A festa vai de vento em popa e um dos djs entrega-me o comando da mesa de mistura e aí estou eu a debitar overdoses de Metallica, Slayer, Megadeth, Sodom e Kreator para os metaleiros sequiosos que parecem ter orgasmos intensos ao mínimo acorde de uma qualquer música destes senhores.
E assim de repente são quatro da manhã e querem fechar o bar. Tarefa difícil quando a multidão está extasiada e embriagada. Isto merece uma medida extrema; das colunas começa a brotar "Keeping the faith" de bon Jovi. Boa táctica, aparentemente, para expulsar metaleiros, mas não estavam à espera do que aconteceu. Foi a loucura total. Fiquei estupefacto ao ver metaleiros e metaleiras de barba rija a dançar em cima das colunas ao som daquela coisa que alguém chama de música! Completa demência! Mas o melhor ainda estava para vir; de seguida jorra "The final countdown" dos Europe. Quase vinha abaixo o tasco! Completamente possuído, um metaleiro começa a fazer strip-tease em cima das colunas e eu assisto a tudo incrédulo. No final da música está na hora da debandada e eu já estou com uma borracheira daquelas!
Então sou trucidado por aquelas revelações filosóficas que só me acontecem quando estou com os copos. Eu tinha-me divorciado do metal, mas tinha saudades. Esta noite e o concerto de Paradise Lost acabaram por nos aproximar, é comparável àqueles casais que se separam e quando se reencontram vão dar uma rapidinha para recordar os velhos tempos. Portanto eu falei com o metal e vou ter com ele uma relação desse género. Vou andar por aí a curtir outros estilos de música, mas quando sentir saudades lá vou eu dar uma rapidinha. Uma relação totalmente aberta a partir de agora. Não lhe juro a fidelidade eterna que outrora havia feito, agora é mesmo poligamia...
Na rua embirro que tenho que entrar num bar que está já a fechar. O segurança atina comigo e estabelecemos ali uma conversa interessante até ao ponto em que ele diz que pertence à claque do Porto, Super Dragões. Eu respondo calmamente- :"Tasse bem, eu sou dos No Name Boys( Claque principal do Benfica)" As pessoas que estão comigo mudam de cor por temer pela minha segurança física, mas o que me acontece é ser abraçado pelo gajo ao mesmo tempo que me diz que eu tenho uns grandes tomates em dizer tal coisa no centro do Porto. Se ele soubesse que eu já andei a correr pela Avenida dos Aliados a gritar "Benfica, Benfica, Benfica"... eu sou masoquista, eu sei...

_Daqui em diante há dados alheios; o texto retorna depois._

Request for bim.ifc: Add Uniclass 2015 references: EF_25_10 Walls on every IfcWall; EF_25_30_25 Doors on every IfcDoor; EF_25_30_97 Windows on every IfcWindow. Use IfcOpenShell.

First a look at what the model holds.

```python
import ifcopenshell

model = ifcopenshell.open("bim.ifc")
print(model.schema)
print("classifications:", [c.Name for c in model.by_type("IfcClassification")])
for ifc_class in ("IfcDoor", "IfcRoof", "IfcStair", "IfcWall", "IfcWindow"):
    print(ifc_class, len(model.by_type(ifc_class)))
```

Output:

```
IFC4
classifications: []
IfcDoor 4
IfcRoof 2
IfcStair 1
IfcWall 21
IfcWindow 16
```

```python
import ifcopenshell
import ifcopenshell.api.classification

model = ifcopenshell.open("bim.ifc")

system = ifcopenshell.api.classification.add_classification(model, classification="Uniclass 2015")

codes = {
    "IfcWall": ("EF_25_10", "Walls"),
    "IfcDoor": ("EF_25_30_25", "Doors"),
    "IfcWindow": ("EF_25_30_97", "Windows"),
}
for ifc_class, (code, name) in codes.items():
    products = model.by_type(ifc_class)
    ifcopenshell.api.classification.add_reference(
        model, products=products, classification=system, identification=code, name=name
    )
    print(code, len(products))

model.write("bim_edited.ifc")
```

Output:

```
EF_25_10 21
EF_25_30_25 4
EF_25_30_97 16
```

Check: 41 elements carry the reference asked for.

Em frente ao Plano B umas estudantes universitárias metem-se comigo e eu que tenho sempre as coisas mais originais para dizer, digo apenas isto:" Cuidado como falam com o Ser Supremo, o único exemplar da raça superior, o super-homem de Nietzsche." É assim, eu primo por surpreender toda a gente...
Interessante, uma das miúdas, é estudante de filosofia o que deu azo a muitos disparates filosóficos numa pseudo discussão embriagada e inflamada por raciocínios incoerentes. Vá lá que desta vez o meu interlocutor não adormeceu a meio de um alto discurso filosófico. As pessoas que estavam comigo perderam-se de mim aquando deste incidente e depois vêm com ar furioso procurar-me àquele local e é quando eu consigo assustar as míudas ao exclamar que vêm metaleiros raptarem-me para me transformarem no escravo sexual deles. Que pânico! Não me sabia assim tão credível! Foi preciso após parar o ataque fulminante de riso, muita explicação para os meus amigos não levarem na boca. Lindo...
A reter tudo desta noite, mas principalmente que a minha memória voltou a estar em grande forma...
Até à próxima borracheira...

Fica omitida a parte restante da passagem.